Quasar operates with just-in-time logistics, meaning that raw materials are received the moment they are needed and in the exact amount to reduce inventory cost and waste in the supply chain process. Within a water resource recovery facility, the solids receiving, digestion, co-generation and effluent management operate via just-in-time logistics.
Monitoring
Quasar’s Ohio facilities in Cleveland, Zanesville, and Wooster are monitored around the clock by Rockwell Automation’s FactoryTalk SCADA system, which can be controlled on site by plant operators or remotely from Quasar’s central monitoring facility. Integrated with this SCADA system is WIN-911 remote alarm notification software to continuously monitor the alarms and provide important security updates. The software also allows operators and engineers to monitor the system from anywhere using a smartphone or tablet.
Because of the critical nature of their systems, each component is closely monitored to make sure there is not any breakdown. Any unplanned downtime in even one of the machines would be extremely costly as well as detrimental, and the entire process would have to literally start over.

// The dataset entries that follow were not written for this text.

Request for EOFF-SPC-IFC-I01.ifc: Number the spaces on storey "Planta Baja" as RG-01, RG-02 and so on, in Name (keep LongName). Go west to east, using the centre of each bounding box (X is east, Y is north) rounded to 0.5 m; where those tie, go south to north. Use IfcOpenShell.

First a look at what the model holds.

```python
import ifcopenshell
import ifcopenshell.util.element
import ifcopenshell.util.placement

model = ifcopenshell.open("EOFF-SPC-IFC-I01.ifc")
print(model.schema)
storey = next(s for s in model.by_type("IfcBuildingStorey") if s.Name == "Planta Baja")
spaces = [e for e in ifcopenshell.util.element.get_decomposition(storey) if e.is_a("IfcSpace")]
for e in sorted(spaces, key=lambda e: e.id()):
    origin = ifcopenshell.util.placement.get_local_placement(e.ObjectPlacement)[:3, 3]
    print(e.id(), e.Name, e.LongName, origin.round(2) + 0.0, sep=" | ")
```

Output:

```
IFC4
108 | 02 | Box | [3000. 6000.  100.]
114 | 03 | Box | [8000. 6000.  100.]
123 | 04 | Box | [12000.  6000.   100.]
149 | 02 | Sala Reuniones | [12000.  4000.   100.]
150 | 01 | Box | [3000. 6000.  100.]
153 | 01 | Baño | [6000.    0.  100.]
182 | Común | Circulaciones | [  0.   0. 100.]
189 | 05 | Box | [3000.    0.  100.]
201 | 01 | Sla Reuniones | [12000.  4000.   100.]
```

```python
import ifcopenshell
import ifcopenshell.geom
import ifcopenshell.util.element
import ifcopenshell.util.shape

model = ifcopenshell.open("EOFF-SPC-IFC-I01.ifc")
settings = ifcopenshell.geom.settings()
settings.set("use-world-coords", True)


def centre(element):
    shape = ifcopenshell.geom.create_shape(settings, element)
    return ifcopenshell.util.shape.get_bbox_centroid(shape.geometry)


storey = next(s for s in model.by_type("IfcBuildingStorey") if s.Name == "Planta Baja")
spaces = [e for e in ifcopenshell.util.element.get_decomposition(storey) if e.is_a("IfcSpace")]

# Insertion points can sit at a corner or the storey origin, so sort by the geometry (in metres).
centres = {e: centre(e) for e in spaces}
spaces.sort(key=lambda e: (round(centres[e][0] / 0.5), centres[e][1]))

for i, e in enumerate(spaces, start=1):
    number = f"RG-{i:02d}"
    e.Name = number
    print(e.id(), number)

model.write("EOFF-SPC-IFC-I01_edited.ifc")
```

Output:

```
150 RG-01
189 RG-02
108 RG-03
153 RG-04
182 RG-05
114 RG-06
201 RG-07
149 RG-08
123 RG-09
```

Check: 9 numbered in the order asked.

The remote alarm notification software monitors the pressure flows and optimal metrics for the temperatures, tank levels, volumes, pressure and biogas levels in every piece of equipment in the anaerobic digestion process. The system also monitors numerous roof blowers, desulfurization blowers, and pumps. Sensors in the equipment give information to the SCADA system and if there are any problems, the software will notify the plant operators via email and SMS alarms. Quasar will be upgrading to a more robust version of the software to ensure greater consistency.
“Because of the critical nature of the systems, we rely on the remote alarm notification software to monitor almost every aspect of the process,” said Robert Luciano, electrical engineer Quasar. “To help wastewater treatment plants comply with environmental regulations we need to be notified of critical alarms right away so we can respond immediately to any issues.”
Technology Offers Sustainable Future
There are many obstacles wastewater plants face to implementing anaerobic digestion, such as high capital costs associated with building new digesters or upgrading existing systems to meet the needs associated with the addition of other organic streams, such as food waste. Time and funding constraints are other obstacles many facilities and plants contend with when trying to adopt anaerobic digestion.
However, this technology offers the potential for energy recovery and revenue generation. By finding and recovering all that is valuable in wastewater, municipalities can shift to a more sustainable future. A future where current needs are met without compromising the ability of future generations to meet their needs.